- ASSIGNED TASK:
Please copy out every line in the records below that includes the word "PredefinedType".

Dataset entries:
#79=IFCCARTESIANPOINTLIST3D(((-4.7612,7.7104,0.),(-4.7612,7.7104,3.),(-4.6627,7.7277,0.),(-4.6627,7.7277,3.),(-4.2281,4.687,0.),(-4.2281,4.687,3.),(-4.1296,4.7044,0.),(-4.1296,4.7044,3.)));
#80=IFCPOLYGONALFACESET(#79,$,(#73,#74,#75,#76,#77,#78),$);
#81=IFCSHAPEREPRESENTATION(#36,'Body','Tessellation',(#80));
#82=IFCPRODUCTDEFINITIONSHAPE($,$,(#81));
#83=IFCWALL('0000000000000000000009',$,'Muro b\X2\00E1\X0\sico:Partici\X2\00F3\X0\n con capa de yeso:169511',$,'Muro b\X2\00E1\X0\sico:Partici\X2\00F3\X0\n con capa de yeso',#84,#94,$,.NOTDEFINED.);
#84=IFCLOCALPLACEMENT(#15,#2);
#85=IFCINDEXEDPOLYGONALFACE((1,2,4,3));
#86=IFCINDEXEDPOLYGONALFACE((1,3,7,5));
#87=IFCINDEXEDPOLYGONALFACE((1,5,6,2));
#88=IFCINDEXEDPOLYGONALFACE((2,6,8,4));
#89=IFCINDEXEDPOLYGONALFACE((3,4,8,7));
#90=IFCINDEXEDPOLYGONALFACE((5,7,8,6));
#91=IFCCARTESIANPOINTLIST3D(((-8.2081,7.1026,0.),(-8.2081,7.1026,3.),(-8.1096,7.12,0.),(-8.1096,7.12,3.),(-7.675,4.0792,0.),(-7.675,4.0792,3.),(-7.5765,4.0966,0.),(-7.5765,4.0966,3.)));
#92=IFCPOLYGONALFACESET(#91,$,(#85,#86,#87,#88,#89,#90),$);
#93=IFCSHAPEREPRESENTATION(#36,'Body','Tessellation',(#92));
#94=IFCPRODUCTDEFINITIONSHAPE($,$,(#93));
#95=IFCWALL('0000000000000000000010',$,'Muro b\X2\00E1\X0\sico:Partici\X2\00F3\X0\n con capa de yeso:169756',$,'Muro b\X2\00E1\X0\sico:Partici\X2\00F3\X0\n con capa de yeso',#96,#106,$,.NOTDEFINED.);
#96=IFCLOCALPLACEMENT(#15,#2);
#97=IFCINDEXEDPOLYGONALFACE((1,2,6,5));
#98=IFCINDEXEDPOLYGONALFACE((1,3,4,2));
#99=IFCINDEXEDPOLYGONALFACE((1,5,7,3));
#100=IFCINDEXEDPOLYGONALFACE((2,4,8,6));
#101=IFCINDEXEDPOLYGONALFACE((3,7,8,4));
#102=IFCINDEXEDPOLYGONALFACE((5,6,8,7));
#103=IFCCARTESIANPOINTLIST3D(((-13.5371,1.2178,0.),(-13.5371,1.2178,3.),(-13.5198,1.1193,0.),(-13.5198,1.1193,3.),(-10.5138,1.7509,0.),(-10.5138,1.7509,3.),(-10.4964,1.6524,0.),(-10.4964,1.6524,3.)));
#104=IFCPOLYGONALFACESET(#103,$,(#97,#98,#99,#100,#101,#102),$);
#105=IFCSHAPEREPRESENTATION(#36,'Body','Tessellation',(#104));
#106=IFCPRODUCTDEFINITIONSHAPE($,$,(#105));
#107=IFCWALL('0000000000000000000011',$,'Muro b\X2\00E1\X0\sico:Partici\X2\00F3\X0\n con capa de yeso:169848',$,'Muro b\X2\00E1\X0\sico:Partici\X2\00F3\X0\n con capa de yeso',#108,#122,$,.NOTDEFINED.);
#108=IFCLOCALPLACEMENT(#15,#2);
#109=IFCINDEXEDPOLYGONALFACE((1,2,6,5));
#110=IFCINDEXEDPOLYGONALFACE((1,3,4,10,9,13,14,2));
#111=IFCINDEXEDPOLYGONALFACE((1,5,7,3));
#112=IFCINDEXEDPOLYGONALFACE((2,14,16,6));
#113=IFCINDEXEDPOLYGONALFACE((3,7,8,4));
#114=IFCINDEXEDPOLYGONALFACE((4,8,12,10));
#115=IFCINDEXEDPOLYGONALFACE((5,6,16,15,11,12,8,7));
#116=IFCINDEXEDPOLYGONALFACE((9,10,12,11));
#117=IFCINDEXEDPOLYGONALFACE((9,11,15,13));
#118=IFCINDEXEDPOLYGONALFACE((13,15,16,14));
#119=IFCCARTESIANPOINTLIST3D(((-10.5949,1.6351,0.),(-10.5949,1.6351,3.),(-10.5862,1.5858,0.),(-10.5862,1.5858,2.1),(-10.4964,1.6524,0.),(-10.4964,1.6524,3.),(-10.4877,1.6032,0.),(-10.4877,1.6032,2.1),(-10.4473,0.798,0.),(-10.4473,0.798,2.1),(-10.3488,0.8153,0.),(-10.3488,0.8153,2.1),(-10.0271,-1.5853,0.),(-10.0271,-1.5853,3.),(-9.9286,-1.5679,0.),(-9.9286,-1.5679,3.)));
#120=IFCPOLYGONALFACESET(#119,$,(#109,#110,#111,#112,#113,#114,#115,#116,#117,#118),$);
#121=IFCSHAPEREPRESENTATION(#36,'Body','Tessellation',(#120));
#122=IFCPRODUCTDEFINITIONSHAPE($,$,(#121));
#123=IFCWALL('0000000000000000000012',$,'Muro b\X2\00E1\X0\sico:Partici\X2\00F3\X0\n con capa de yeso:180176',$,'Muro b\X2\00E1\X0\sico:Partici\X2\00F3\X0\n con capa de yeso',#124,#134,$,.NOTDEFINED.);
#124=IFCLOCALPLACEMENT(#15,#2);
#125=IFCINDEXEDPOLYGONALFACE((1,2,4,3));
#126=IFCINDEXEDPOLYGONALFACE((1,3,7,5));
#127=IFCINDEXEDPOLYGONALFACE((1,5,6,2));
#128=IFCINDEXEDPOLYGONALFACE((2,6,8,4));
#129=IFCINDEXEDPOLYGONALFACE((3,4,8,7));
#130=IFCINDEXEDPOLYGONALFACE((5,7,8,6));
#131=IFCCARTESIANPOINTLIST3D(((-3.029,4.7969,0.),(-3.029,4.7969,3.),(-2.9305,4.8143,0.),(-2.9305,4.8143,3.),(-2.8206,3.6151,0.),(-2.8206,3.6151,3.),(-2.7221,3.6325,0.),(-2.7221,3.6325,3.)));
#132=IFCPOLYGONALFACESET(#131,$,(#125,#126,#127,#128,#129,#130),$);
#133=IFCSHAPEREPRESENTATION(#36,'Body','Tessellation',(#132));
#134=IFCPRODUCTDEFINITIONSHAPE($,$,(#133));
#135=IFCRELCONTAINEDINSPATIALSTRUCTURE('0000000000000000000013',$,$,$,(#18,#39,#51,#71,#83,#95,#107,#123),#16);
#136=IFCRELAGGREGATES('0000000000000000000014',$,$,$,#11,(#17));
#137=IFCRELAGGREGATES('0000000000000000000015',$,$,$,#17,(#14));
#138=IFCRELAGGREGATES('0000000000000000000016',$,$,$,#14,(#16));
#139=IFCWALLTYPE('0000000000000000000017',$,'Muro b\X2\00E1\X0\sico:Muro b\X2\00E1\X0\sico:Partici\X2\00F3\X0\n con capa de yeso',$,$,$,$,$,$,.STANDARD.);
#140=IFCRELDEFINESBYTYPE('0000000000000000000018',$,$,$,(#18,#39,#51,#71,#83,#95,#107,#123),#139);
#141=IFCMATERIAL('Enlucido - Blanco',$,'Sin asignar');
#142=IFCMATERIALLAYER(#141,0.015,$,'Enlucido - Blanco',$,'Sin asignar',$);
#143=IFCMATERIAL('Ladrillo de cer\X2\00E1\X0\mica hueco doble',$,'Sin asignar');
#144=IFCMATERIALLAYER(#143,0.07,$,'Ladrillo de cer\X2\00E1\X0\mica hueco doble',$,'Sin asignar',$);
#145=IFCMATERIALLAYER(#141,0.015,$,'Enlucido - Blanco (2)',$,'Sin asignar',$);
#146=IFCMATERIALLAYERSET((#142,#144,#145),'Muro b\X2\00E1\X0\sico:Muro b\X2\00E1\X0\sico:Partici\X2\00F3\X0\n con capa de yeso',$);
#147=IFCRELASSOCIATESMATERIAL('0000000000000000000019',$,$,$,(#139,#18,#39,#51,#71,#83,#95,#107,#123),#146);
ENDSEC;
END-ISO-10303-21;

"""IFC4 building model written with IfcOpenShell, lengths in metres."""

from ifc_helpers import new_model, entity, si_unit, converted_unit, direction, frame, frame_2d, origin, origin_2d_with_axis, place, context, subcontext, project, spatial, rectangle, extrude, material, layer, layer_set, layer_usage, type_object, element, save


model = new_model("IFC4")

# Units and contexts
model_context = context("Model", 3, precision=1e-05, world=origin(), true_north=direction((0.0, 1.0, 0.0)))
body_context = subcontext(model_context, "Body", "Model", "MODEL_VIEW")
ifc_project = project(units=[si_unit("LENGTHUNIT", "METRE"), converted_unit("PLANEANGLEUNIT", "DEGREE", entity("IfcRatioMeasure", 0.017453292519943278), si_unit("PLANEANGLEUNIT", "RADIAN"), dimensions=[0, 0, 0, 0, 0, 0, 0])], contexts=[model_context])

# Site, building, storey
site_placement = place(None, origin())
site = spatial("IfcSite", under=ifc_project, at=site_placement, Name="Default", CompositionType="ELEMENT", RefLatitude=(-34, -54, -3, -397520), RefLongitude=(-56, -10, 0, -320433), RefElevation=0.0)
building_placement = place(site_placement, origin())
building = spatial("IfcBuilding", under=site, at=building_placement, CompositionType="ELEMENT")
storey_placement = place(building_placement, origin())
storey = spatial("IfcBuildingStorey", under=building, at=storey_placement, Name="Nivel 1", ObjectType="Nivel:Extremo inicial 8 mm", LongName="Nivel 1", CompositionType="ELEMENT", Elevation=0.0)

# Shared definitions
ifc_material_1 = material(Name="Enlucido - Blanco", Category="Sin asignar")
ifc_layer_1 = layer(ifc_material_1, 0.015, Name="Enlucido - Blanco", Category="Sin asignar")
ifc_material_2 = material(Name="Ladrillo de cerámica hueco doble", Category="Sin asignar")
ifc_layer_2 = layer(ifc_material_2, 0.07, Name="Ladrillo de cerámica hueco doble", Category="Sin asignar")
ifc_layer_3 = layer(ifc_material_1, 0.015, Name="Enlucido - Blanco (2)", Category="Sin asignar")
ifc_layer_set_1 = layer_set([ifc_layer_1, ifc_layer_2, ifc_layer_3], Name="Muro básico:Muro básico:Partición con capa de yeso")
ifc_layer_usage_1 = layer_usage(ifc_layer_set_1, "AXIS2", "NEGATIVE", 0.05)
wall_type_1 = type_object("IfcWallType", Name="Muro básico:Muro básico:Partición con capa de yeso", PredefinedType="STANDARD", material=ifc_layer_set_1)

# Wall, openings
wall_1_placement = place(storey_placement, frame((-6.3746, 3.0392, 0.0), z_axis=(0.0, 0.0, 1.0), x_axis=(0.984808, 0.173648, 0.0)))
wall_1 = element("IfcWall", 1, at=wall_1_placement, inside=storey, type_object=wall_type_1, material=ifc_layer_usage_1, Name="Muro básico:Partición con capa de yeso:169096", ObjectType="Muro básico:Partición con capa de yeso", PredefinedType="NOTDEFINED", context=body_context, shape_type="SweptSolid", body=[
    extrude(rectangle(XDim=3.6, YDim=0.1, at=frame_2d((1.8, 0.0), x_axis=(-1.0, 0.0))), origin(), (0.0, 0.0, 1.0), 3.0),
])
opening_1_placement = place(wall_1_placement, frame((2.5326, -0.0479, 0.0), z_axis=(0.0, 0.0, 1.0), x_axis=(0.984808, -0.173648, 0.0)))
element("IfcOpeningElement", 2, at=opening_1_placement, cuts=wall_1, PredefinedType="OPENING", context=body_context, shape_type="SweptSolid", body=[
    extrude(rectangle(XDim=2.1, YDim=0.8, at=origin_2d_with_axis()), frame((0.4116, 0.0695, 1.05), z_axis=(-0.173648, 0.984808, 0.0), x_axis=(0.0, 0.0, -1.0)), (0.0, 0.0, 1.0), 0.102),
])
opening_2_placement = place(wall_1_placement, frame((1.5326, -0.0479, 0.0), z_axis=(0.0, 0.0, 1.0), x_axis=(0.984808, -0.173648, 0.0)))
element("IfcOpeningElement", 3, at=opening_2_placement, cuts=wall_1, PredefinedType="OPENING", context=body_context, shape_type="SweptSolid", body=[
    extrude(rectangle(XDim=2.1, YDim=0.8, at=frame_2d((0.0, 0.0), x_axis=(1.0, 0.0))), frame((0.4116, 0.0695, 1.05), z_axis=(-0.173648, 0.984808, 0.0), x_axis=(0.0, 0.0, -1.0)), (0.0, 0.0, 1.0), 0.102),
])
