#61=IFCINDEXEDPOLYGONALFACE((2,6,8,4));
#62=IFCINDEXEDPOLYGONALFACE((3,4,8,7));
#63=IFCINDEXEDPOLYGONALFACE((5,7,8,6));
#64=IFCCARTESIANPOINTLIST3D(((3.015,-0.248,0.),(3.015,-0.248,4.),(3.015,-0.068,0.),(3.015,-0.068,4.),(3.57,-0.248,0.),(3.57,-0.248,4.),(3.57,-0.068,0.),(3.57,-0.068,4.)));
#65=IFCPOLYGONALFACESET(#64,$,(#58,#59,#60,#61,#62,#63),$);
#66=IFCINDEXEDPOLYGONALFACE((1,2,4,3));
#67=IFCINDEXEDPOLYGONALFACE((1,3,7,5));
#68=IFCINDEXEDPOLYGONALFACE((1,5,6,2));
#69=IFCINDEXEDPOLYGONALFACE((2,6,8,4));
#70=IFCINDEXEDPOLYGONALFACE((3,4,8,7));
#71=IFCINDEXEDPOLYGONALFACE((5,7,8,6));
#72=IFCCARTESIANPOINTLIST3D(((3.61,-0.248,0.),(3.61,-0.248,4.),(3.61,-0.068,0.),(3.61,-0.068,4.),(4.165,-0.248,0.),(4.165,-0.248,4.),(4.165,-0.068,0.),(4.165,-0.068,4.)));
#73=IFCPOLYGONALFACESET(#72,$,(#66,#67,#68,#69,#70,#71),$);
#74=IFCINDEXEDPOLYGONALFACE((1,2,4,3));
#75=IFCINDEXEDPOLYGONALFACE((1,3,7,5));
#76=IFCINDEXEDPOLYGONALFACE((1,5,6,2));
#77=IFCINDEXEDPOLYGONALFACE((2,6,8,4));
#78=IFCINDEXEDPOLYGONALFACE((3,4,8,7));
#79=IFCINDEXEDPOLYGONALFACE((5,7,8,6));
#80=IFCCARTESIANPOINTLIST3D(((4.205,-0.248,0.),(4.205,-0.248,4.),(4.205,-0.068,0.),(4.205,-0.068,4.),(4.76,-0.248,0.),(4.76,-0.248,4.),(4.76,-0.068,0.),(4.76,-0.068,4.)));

- EXPECTED ANSWER:
wall_type_1 = type_object("IfcWallType", Name="Muro básico:Muro básico:Partición con capa de yeso", PredefinedType="STANDARD", material=ifc_layer_set_1)
wall_1 = element("IfcWall", 1, at=wall_1_placement, inside=storey, type_object=wall_type_1, material=ifc_layer_usage_1, Name="Muro básico:Partición con capa de yeso:169096", ObjectType="Muro básico:Partición con capa de yeso", PredefinedType="NOTDEFINED", context=body_context, shape_type="SweptSolid", body=[
element("IfcOpeningElement", 2, at=opening_1_placement, cuts=wall_1, PredefinedType="OPENING", context=body_context, shape_type="SweptSolid", body=[
element("IfcOpeningElement", 3, at=opening_2_placement, cuts=wall_1, PredefinedType="OPENING", context=body_context, shape_type="SweptSolid", body=[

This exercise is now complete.